R. Garaventa, Sofferenza e suicidio. Per una critica del tradizionale approccio cristiano al problema del dolore, Il melangolo, Genova 2008, pp. 239
Il pensiero cristiano vede, in genere, nel dolore fisico la conseguenza di una colpa commessa (poena peccati) e/o l’occasione per dar prova della fede professata (probatio fidei), attribuendogli quindi una funzione fondamentalmente pedagogico-provvidenziale.

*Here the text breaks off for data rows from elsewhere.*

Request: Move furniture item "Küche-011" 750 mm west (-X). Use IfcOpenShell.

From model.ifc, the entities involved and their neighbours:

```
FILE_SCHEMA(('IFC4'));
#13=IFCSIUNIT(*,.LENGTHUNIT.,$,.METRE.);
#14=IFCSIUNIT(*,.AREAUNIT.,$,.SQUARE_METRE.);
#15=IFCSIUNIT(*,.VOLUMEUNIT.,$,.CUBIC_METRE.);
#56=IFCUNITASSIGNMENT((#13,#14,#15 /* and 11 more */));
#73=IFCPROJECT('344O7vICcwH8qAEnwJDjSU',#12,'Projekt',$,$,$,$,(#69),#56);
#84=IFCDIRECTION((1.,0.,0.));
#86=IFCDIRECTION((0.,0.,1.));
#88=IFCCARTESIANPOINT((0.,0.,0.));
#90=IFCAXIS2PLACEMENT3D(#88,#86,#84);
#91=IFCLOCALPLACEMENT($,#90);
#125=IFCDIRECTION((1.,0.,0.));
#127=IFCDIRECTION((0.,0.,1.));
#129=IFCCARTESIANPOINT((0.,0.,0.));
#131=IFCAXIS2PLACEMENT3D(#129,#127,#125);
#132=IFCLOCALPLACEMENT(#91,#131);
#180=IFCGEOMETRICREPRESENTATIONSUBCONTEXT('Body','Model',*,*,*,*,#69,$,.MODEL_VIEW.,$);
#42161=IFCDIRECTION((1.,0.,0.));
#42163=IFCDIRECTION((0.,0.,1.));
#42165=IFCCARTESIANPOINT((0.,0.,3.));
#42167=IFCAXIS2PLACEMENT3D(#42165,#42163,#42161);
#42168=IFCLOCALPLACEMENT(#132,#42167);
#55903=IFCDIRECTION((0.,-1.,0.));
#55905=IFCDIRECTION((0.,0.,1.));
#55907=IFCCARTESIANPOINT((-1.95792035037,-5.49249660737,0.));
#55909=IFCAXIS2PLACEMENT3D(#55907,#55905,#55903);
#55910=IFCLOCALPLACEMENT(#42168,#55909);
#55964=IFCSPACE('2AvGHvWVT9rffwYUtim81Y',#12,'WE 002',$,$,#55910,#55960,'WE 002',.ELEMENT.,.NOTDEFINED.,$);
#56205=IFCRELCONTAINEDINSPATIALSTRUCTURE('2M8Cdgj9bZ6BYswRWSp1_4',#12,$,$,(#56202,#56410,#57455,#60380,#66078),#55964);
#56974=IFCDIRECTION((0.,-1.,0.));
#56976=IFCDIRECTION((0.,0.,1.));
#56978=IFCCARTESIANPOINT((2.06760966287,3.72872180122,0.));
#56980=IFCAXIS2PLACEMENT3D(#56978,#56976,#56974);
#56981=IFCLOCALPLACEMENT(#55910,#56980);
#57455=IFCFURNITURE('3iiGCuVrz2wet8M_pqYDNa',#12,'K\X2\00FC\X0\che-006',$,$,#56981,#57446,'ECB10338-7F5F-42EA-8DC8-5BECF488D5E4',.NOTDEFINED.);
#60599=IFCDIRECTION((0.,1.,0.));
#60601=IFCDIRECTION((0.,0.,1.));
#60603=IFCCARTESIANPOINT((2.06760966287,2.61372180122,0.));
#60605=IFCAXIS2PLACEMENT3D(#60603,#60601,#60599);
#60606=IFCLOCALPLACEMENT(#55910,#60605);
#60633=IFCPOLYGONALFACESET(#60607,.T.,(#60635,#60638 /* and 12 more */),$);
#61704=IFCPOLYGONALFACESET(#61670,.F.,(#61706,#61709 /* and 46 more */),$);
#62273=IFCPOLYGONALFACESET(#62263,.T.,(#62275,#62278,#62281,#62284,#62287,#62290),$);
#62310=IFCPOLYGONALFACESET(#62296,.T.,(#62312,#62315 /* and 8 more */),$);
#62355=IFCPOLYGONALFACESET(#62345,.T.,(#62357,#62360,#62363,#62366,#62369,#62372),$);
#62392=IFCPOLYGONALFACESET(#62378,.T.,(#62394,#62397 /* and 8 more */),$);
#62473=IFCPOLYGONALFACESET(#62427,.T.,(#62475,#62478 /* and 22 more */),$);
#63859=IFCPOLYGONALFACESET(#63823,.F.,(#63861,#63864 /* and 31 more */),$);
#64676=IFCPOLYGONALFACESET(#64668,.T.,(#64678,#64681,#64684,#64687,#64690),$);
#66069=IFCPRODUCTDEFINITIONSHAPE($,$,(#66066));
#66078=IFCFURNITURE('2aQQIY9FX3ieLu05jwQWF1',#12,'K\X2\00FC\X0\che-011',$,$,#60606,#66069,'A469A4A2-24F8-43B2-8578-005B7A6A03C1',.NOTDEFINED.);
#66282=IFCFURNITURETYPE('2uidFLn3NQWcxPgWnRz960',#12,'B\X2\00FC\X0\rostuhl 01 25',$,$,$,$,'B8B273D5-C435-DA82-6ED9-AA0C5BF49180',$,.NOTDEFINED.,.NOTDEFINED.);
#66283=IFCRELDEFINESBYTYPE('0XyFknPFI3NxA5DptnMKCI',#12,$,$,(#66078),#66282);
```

```python
import ifcopenshell
import ifcopenshell.api.geometry
import ifcopenshell.util.placement
import ifcopenshell.util.unit

model = ifcopenshell.open("model.ifc")
unit_scale = ifcopenshell.util.unit.calculate_unit_scale(model)

item = model.by_id(66078)
matrix = ifcopenshell.util.placement.get_local_placement(item.ObjectPlacement)
matrix[0, 3] -= 0.75 / unit_scale
ifcopenshell.api.geometry.edit_object_placement(model, product=item, matrix=matrix, is_si=False)

print(ifcopenshell.util.placement.get_local_placement(item.ObjectPlacement).round(3) + 0.0)

model.write("model_v2.ifc")
```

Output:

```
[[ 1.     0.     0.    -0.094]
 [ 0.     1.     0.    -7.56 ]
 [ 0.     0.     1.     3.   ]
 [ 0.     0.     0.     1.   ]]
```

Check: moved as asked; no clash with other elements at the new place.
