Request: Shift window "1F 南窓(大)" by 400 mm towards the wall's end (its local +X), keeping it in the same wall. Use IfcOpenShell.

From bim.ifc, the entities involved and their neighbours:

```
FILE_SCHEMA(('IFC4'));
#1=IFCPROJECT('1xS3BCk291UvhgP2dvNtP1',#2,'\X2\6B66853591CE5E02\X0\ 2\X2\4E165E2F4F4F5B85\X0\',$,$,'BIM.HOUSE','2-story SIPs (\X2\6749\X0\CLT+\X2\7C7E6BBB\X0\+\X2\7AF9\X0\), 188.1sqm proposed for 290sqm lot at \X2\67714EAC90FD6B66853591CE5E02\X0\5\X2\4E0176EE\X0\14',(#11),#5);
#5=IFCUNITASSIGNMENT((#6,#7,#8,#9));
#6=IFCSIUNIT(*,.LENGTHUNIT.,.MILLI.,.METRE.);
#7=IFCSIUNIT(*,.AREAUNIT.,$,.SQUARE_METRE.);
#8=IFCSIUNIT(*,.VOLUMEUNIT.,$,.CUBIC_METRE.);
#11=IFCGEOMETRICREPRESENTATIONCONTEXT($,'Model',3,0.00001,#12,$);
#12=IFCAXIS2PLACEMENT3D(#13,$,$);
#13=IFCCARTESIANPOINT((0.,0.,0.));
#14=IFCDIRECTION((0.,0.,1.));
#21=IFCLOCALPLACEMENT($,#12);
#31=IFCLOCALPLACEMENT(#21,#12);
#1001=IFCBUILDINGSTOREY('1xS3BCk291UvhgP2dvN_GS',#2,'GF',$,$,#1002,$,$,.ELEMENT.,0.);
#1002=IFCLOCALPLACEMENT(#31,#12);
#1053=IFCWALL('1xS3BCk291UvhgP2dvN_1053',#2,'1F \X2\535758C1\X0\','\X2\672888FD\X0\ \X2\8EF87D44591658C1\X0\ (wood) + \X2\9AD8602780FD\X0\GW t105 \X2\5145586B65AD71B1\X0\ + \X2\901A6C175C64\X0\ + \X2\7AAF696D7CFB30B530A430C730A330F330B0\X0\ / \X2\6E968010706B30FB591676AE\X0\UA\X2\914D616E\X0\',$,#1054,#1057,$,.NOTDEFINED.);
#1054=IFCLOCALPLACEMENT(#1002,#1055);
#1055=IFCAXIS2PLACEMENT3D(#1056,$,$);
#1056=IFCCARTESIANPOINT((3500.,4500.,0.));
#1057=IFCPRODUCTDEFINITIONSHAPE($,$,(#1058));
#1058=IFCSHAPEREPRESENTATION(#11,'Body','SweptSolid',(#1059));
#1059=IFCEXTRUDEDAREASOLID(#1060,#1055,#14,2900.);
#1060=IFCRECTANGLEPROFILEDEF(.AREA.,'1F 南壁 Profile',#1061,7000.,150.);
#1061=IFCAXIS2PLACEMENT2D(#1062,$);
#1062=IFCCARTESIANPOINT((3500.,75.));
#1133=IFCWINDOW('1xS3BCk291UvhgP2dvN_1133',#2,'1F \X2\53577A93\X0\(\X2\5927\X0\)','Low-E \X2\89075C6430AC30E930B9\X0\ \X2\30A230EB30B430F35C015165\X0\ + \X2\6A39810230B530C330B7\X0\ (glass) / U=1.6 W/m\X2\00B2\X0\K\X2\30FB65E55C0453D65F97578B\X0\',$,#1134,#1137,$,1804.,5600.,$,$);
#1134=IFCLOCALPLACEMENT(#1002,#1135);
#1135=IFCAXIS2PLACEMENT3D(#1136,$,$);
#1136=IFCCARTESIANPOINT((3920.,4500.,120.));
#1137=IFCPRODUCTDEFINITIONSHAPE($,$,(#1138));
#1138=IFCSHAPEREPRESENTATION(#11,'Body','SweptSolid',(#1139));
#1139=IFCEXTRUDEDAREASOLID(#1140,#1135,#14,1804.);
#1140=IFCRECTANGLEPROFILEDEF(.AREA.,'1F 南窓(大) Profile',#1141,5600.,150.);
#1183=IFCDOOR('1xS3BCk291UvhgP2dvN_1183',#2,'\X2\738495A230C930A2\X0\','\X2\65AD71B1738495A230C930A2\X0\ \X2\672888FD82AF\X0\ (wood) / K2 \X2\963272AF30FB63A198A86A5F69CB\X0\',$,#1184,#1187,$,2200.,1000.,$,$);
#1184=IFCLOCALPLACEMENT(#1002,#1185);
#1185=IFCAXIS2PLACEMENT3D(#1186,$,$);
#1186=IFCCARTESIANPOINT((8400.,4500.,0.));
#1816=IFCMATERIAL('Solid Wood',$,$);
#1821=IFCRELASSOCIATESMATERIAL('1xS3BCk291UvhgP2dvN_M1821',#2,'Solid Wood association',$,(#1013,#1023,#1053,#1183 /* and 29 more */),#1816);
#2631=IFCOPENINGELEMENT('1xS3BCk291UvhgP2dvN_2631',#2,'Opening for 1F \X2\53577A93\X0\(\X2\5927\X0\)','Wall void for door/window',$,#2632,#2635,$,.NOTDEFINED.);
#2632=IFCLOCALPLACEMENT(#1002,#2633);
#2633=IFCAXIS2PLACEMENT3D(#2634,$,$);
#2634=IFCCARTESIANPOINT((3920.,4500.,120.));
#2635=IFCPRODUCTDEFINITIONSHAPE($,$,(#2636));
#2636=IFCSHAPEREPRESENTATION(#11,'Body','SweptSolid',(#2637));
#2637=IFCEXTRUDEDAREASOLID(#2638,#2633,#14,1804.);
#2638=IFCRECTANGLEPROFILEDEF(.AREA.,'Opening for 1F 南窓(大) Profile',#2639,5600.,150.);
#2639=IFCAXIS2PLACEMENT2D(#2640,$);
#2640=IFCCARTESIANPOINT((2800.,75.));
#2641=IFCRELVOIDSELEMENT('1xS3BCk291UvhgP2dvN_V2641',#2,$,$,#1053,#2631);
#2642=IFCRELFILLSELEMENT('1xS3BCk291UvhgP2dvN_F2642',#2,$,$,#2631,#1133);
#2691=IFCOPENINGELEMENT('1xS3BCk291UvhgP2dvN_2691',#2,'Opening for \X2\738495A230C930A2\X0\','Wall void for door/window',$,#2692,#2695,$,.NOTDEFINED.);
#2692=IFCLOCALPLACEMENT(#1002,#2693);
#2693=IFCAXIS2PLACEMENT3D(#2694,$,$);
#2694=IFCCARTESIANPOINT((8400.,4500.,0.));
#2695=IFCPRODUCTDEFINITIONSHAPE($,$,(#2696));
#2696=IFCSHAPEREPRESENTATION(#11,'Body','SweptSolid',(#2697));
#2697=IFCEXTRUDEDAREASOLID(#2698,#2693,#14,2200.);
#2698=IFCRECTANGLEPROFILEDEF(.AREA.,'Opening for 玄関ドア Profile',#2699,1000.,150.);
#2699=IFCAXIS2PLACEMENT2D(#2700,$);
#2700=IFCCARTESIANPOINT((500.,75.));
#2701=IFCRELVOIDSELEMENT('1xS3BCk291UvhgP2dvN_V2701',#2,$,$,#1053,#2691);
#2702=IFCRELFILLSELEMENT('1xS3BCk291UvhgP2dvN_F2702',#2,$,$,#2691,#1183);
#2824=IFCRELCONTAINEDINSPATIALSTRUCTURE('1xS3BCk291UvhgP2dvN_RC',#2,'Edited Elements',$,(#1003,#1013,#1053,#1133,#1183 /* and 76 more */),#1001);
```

```python
import ifcopenshell
import ifcopenshell.api.geometry
import ifcopenshell.util.placement
import ifcopenshell.util.unit

model = ifcopenshell.open("bim.ifc")
unit_scale = ifcopenshell.util.unit.calculate_unit_scale(model)

window = model.by_guid("1xS3BCk291UvhgP2dvN_1133")
opening = window.FillsVoids[0].RelatingOpeningElement
wall = opening.VoidsElements[0].RelatingBuildingElement

wall_matrix = ifcopenshell.util.placement.get_local_placement(wall.ObjectPlacement)
shift = wall_matrix[:3, 0] * 0.4 / unit_scale
before = ifcopenshell.util.placement.get_local_placement(window.ObjectPlacement)[:3, 3].copy()

# The window is not placed relative to its opening, so move both.
for product in (opening, window):
    matrix = ifcopenshell.util.placement.get_local_placement(product.ObjectPlacement)
    matrix[:3, 3] += shift
    ifcopenshell.api.geometry.edit_object_placement(model, product=product, matrix=matrix, is_si=False)

after = ifcopenshell.util.placement.get_local_placement(window.ObjectPlacement)[:3, 3]
print("window moved by", (after - before).round(3) + 0.0)

model.write("bim-out.ifc")
```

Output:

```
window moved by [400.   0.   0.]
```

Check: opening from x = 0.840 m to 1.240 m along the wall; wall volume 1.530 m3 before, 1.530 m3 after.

Questa concezione tradizionale della sofferenza, che segna pesantemente anche l’attuale dibattito sul testamento biologico e il suicidio assistito, appare tuttavia per più aspetti estremamente problematica (anche da un punto di vista cristiano) e quindi meritevole di un’attenta indagine critica.
In questa prospettiva va letto il presente volume, che affronta in particolare i seguenti problemi: l’assenza nella Bibbia di una condanna esplicita di suicidio ed eutanasia; l’influenza decisiva dell’Agostino antidonatista nella tabuizzazione (teologica, legislativa e cultuale) del fenomeno suicidale nella nostra cultura; la differente valutazione che del suicidio hanno dato le diverse epoche della storia dell’occidente (antichità, medioevo, rinascimento, illuminismo, contemporaneità); la presenza, nel dibattito filosofico sul tema, di due concezioni opposte ma complementari del suicidio: atto razionalmente ponderato e liberamente voluto da un lato, risultato conclusivo di uno sviluppo fondamentalmente patologico dall’altro; la svolta impressa dalla sociologia e dalla psicoanalisi (più attente ai fattori condizionanti la personalità del suicida) nell’approccio al gesto autodistruttivo per eccellenza; la decisività dell’orizzonte di senso che sostanzia l’esistenza del singolo individuo, nell’atto di decidere della legittimità o meno del suicidio; la disumanità di quel cristianesimo che, invece di offrire perdono e speranza, condanna e colpevolizza chi, in uno stato di sofferenza senza via d’uscita, è preso dalla tentazione di levar-la-mano-su-di-sé; l’incongruenza dei principali argomenti addotti dal magistero cattolico contro la legittimità dell’eutanasia; la segreta volontà di scagionare il Dio creatore dalla responsabilità di essere all’origine del dolore del mondo, che sottende il tentativo agostiniano e tradizionale di ricondurre la realtà della sofferenza al peccato d’origine, pensato come evento storicamente accaduto.